Last, to experimentally verify the clinical observations, we used TGs containing linoelic acid, oleic acid, palmitic acid, and palmitoleic acid in various combinations and exposed them to lipases released by acinar cells in suspension. As shown in Supplemental Figure 7A, lipolysis of the TGs of palmitic acid (C16:0), i.e., tripalmitin (PPP) was negligible and increased significantly by replacing 2 acyl chains in the TGs with POA (C16:1; PO) in PO(2)-P. Similarly, addition of the saturated palmitate (C16:0) to the TGs of linoleate or oleate (i.e., using 1,2-dilinoleoyl-3-palmitoyl-rac-glycerol [LLP] or 1,2-dioleoyl-3-palmitoyl-rac-glycerol [OOP] in place of glyceryl trilinolein (LLL) or triolein (OOO) also reduced lipolysis of their TGs by 50%–80% (Supplemental Figure 7B). Moreover, replacement of 1 linoleic acid in LLP with an oleic acid, i.e., LOP, further reduced TG lipolysis by more than 90%. Therefore, while linoleic acid (C18:2) had the highest fidelity of lipolysis by pancreatic lipases, adding oleic acid (C18:1) and palmitic acid (C16:0) incrementally decreased this fidelity.

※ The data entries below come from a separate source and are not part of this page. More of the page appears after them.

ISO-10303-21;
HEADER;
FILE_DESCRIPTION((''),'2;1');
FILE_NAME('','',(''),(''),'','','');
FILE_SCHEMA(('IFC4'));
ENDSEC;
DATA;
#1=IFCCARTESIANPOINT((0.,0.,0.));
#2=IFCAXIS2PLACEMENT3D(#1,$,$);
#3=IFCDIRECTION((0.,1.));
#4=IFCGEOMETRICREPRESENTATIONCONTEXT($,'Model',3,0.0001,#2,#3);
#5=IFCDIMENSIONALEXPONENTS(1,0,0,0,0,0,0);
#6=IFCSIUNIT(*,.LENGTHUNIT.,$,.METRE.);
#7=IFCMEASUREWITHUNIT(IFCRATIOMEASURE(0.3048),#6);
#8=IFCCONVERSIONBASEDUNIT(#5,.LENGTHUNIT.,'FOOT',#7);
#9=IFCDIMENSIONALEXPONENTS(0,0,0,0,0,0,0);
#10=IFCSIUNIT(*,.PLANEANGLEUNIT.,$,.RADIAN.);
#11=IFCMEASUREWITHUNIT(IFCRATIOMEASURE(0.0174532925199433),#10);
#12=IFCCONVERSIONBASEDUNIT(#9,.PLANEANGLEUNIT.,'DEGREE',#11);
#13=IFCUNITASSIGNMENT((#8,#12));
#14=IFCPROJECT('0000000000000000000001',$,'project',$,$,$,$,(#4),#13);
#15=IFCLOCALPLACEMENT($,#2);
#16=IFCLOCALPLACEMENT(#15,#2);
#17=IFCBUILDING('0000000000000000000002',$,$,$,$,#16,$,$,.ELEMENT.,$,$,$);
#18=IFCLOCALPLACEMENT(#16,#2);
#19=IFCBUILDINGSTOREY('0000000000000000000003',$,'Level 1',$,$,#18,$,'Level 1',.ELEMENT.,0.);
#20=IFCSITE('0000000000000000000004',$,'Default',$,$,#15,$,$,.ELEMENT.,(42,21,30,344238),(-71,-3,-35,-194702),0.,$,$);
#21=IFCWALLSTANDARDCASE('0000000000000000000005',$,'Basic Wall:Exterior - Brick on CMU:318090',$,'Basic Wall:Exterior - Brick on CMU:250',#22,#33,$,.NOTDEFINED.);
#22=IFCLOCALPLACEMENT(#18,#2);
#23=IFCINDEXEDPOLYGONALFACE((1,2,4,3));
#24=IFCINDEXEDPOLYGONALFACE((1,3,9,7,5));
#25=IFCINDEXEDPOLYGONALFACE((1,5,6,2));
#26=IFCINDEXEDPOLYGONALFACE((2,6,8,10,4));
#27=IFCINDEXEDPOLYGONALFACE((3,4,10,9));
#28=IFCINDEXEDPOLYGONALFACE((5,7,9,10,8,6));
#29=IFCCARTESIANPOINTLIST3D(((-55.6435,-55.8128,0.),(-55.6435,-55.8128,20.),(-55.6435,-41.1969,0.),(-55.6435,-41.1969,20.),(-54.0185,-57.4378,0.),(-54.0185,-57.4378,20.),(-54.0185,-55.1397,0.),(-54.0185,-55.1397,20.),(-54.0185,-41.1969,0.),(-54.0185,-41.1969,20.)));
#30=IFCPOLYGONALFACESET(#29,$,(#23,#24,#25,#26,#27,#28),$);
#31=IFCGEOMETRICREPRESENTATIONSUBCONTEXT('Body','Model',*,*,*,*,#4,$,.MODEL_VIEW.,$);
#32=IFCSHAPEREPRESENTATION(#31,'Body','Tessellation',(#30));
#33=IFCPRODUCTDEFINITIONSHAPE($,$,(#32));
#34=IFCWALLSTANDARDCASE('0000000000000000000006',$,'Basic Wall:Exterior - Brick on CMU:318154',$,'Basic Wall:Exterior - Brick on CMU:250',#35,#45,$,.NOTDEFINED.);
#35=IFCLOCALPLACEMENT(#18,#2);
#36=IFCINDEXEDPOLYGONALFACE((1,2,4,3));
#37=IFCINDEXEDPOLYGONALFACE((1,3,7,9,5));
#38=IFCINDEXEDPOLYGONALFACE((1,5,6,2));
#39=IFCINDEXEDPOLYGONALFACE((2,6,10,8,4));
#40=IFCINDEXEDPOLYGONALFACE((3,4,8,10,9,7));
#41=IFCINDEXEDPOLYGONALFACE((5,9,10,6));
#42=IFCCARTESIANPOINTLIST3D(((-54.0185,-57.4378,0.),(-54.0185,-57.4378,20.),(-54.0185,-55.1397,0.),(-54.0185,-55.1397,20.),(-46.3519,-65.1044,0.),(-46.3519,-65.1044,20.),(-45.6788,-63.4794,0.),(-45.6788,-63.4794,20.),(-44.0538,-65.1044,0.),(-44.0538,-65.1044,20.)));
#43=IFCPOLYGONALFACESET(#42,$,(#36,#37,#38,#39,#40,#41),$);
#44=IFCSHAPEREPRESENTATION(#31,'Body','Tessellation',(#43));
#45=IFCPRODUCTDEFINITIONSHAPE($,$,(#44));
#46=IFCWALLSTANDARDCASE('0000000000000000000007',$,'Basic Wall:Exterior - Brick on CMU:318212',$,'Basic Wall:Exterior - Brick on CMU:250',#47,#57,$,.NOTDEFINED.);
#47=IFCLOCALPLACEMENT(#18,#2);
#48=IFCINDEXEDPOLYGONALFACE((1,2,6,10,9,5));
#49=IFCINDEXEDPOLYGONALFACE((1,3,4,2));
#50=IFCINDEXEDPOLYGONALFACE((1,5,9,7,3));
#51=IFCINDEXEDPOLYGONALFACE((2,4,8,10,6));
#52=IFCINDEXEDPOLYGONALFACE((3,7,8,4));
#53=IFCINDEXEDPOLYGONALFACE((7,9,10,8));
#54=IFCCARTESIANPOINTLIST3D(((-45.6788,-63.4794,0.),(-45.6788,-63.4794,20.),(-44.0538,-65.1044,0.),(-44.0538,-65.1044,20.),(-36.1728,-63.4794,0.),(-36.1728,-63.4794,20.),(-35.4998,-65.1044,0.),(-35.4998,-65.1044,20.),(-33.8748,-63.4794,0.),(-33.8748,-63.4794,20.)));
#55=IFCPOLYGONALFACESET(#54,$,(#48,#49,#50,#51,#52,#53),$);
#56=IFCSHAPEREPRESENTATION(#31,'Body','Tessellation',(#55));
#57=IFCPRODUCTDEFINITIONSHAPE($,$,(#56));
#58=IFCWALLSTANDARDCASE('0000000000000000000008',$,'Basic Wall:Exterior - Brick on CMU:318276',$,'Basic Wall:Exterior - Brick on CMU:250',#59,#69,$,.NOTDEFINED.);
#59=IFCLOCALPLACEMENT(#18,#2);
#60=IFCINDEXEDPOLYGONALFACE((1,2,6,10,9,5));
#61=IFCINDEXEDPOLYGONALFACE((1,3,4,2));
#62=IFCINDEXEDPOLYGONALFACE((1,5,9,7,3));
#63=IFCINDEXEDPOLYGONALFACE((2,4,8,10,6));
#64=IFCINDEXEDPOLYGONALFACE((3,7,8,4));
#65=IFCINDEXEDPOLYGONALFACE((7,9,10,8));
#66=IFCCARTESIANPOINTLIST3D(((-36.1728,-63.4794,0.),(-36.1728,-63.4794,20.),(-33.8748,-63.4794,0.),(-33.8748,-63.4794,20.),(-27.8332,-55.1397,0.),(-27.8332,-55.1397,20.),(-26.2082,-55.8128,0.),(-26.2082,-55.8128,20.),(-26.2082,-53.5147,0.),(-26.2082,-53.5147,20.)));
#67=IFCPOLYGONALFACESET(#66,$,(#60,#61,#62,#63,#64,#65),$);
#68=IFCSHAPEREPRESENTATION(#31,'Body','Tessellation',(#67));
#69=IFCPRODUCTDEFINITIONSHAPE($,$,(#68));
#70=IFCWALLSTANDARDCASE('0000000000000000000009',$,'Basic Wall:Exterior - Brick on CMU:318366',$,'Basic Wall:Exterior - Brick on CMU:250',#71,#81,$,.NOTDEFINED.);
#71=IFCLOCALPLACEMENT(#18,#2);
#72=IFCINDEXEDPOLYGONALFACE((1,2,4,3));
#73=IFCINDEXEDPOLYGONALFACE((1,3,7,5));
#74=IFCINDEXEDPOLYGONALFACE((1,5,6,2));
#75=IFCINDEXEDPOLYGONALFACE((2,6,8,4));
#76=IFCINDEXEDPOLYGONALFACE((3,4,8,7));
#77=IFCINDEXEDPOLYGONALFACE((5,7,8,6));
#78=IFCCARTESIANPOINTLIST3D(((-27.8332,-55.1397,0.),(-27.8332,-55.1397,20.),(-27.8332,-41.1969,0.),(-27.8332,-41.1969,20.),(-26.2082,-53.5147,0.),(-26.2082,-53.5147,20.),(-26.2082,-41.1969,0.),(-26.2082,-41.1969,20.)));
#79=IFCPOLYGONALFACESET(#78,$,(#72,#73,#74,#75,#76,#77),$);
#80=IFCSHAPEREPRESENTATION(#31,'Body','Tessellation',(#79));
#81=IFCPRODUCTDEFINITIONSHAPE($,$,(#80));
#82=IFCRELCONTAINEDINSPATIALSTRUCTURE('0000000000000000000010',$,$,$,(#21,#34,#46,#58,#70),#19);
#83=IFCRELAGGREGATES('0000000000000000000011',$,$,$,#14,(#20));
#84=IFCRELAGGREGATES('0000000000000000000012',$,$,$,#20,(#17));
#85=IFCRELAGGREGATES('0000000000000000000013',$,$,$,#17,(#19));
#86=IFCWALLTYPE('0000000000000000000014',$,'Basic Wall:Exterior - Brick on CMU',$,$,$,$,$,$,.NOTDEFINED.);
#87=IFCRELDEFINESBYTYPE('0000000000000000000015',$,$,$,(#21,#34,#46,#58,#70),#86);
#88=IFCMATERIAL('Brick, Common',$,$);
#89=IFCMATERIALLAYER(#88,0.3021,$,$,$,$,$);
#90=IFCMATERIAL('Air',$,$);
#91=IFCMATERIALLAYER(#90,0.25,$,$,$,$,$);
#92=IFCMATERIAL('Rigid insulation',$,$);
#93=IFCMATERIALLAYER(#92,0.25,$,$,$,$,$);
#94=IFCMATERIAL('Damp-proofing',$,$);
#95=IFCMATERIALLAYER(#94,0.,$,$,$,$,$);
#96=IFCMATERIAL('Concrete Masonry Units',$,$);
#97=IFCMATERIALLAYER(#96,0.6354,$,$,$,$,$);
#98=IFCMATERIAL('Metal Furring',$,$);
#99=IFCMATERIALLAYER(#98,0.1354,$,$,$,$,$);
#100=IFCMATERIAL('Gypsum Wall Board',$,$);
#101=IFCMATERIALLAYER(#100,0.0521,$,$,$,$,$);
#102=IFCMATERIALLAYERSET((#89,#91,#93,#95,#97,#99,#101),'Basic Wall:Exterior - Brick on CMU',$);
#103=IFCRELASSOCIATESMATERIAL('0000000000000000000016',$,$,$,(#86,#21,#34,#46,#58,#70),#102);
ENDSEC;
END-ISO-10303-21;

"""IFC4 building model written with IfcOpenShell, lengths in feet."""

from ifc_helpers import new_model, entity, si_unit, converted_unit, direction, frame, origin, place, context, subcontext, project, spatial, polyline, outline, extrude, material, layer, layer_set, layer_usage, type_object, element, save


model = new_model("IFC4")

# Units and contexts
model_context = context("Model", 3, precision=0.0001, world=origin(), true_north=direction((0.0, 1.0)))
body_context = subcontext(model_context, "Body", "Model", "MODEL_VIEW")
ifc_project = project(units=[converted_unit("LENGTHUNIT", "FOOT", entity("IfcRatioMeasure", 0.3048), si_unit("LENGTHUNIT", "METRE"), dimensions=[1, 0, 0, 0, 0, 0, 0]), converted_unit("PLANEANGLEUNIT", "DEGREE", entity("IfcRatioMeasure", 0.0174532925199433), si_unit("PLANEANGLEUNIT", "RADIAN"), dimensions=[0, 0, 0, 0, 0, 0, 0])], contexts=[model_context])

# Site, building, storey
site_placement = place(None, origin())
site = spatial("IfcSite", under=ifc_project, at=site_placement, Name="Default", CompositionType="ELEMENT", RefLatitude=(42, 21, 30, 344238), RefLongitude=(-71, -3, -35, -194702), RefElevation=0.0)
building_placement = place(site_placement, origin())
building = spatial("IfcBuilding", under=site, at=building_placement, CompositionType="ELEMENT")
storey_placement = place(building_placement, origin())
storey = spatial("IfcBuildingStorey", under=building, at=storey_placement, Name="Level 1", LongName="Level 1", CompositionType="ELEMENT", Elevation=0.0)

# Walls
ifc_material_1 = material(Name="Brick, Common")
ifc_layer_1 = layer(ifc_material_1, 0.3021)
ifc_material_2 = material(Name="Air")
ifc_layer_2 = layer(ifc_material_2, 0.25)
ifc_material_3 = material(Name="Rigid insulation")
ifc_layer_3 = layer(ifc_material_3, 0.25)
ifc_material_4 = material(Name="Damp-proofing")
ifc_layer_4 = layer(ifc_material_4, 0.0)
ifc_material_5 = material(Name="Concrete Masonry Units")
ifc_layer_5 = layer(ifc_material_5, 0.6354)
ifc_material_6 = material(Name="Metal Furring")
ifc_layer_6 = layer(ifc_material_6, 0.1354)
ifc_material_7 = material(Name="Gypsum Wall Board")
ifc_layer_7 = layer(ifc_material_7, 0.0521)
ifc_layer_set = layer_set([ifc_layer_1, ifc_layer_2, ifc_layer_3, ifc_layer_4, ifc_layer_5, ifc_layer_6, ifc_layer_7], Name="Basic Wall:Exterior - Brick on CMU")
ifc_layer_usage_1 = layer_usage(ifc_layer_set, "AXIS2", "NEGATIVE", 0.8125)
wall_type = type_object("IfcWallType", Name="Basic Wall:Exterior - Brick on CMU", PredefinedType="NOTDEFINED", material=ifc_layer_set)
wall_1_placement = place(storey_placement, frame((-54.831, -41.1969, 0.0), z_axis=(0.0, 0.0, 1.0), x_axis=(0.0, -1.0, 0.0)))
element("IfcWallStandardCase", 1, at=wall_1_placement, inside=storey, type_object=wall_type, material=ifc_layer_usage_1, Name="Basic Wall:Exterior - Brick on CMU:318090", ObjectType="Basic Wall:Exterior - Brick on CMU:250", PredefinedType="NOTDEFINED", context=body_context, shape_type="SweptSolid", body=[
    extrude(outline(polyline([(14.6159, -0.8125), (16.2409, 0.8125), (13.9428, 0.8125), (0.0, 0.8125), (0.0, -0.8125), (14.6159, -0.8125)])), origin(), (0.0, 0.0, 1.0), 20.0),
])
ifc_layer_usage_2 = layer_usage(ifc_layer_set, "AXIS2", "NEGATIVE", 0.8125)
wall_2_placement = place(storey_placement, frame((-54.593, -55.7142, 0.0), z_axis=(0.0, 0.0, 1.0), x_axis=(0.707107, -0.707107, 0.0)))
element("IfcWallStandardCase", 2, at=wall_2_placement, inside=storey, type_object=wall_type, material=ifc_layer_usage_2, Name="Basic Wall:Exterior - Brick on CMU:318154", ObjectType="Basic Wall:Exterior - Brick on CMU:250", PredefinedType="NOTDEFINED", context=body_context, shape_type="SweptSolid", body=[
    extrude(outline(polyline([(12.4672, -0.8125), (14.0922, 0.8125), (11.7941, 0.8125), (0.0, 0.8125), (1.625, -0.8125), (12.4672, -0.8125)])), origin(), (0.0, 0.0, 1.0), 20.0),
])
ifc_layer_usage_3 = layer_usage(ifc_layer_set, "AXIS2", "NEGATIVE", 0.8125)
wall_3_placement = place(storey_placement, frame((-45.6788, -64.2919, 0.0)))
element("IfcWallStandardCase", 3, at=wall_3_placement, inside=storey, type_object=wall_type, material=ifc_layer_usage_3, Name="Basic Wall:Exterior - Brick on CMU:318212", ObjectType="Basic Wall:Exterior - Brick on CMU:250", PredefinedType="NOTDEFINED", context=body_context, shape_type="SweptSolid", body=[
    extrude(outline(polyline([(10.1791, -0.8125), (11.8041, 0.8125), (9.506, 0.8125), (0.0, 0.8125), (1.625, -0.8125), (10.1791, -0.8125)])), origin(), (0.0, 0.0, 1.0), 20.0),
])
ifc_layer_usage_4 = layer_usage(ifc_layer_set, "AXIS2", "NEGATIVE", 0.8125)
wall_4_placement = place(storey_placement, frame((-35.5983, -64.0539, 0.0), z_axis=(0.0, 0.0, 1.0), x_axis=(0.707107, 0.707107, 0.0)))
element("IfcWallStandardCase", 4, at=wall_4_placement, inside=storey, type_object=wall_type, material=ifc_layer_usage_4, Name="Basic Wall:Exterior - Brick on CMU:318276", ObjectType="Basic Wall:Exterior - Brick on CMU:250", PredefinedType="NOTDEFINED", context=body_context, shape_type="SweptSolid", body=[
    extrude(outline(polyline([(12.4672, -0.8125), (14.0922, 0.8125), (11.7941, 0.8125), (0.0, 0.8125), (1.625, -0.8125), (12.4672, -0.8125)])), origin(), (0.0, 0.0, 1.0), 20.0),
])
ifc_layer_usage_5 = layer_usage(ifc_layer_set, "AXIS2", "NEGATIVE", 0.8125)
wall_5_placement = place(storey_placement, frame((-27.0207, -55.1397, 0.0), z_axis=(0.0, 0.0, 1.0), x_axis=(0.0, 1.0, 0.0)))
element("IfcWallStandardCase", 5, at=wall_5_placement, inside=storey, type_object=wall_type, material=ifc_layer_usage_5, Name="Basic Wall:Exterior - Brick on CMU:318366", ObjectType="Basic Wall:Exterior - Brick on CMU:250", PredefinedType="NOTDEFINED", context=body_context, shape_type="SweptSolid", body=[
    extrude(outline(polyline([(13.9428, -0.8125), (13.9428, 0.8125), (0.0, 0.8125), (1.625, -0.8125), (13.9428, -0.8125)])), origin(), (0.0, 0.0, 1.0), 20.0),
])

These results support the concept that double bonds (i.e., unsaturation) in long-chain FAs increased their lipolysis from a TG and that saturation interfered with TG lipolysis (23). Overall, our results show that excessive generation of unsaturated NEFAs from circulating TG lipolysis may have caused organ failure and worsened HTG-AP severity.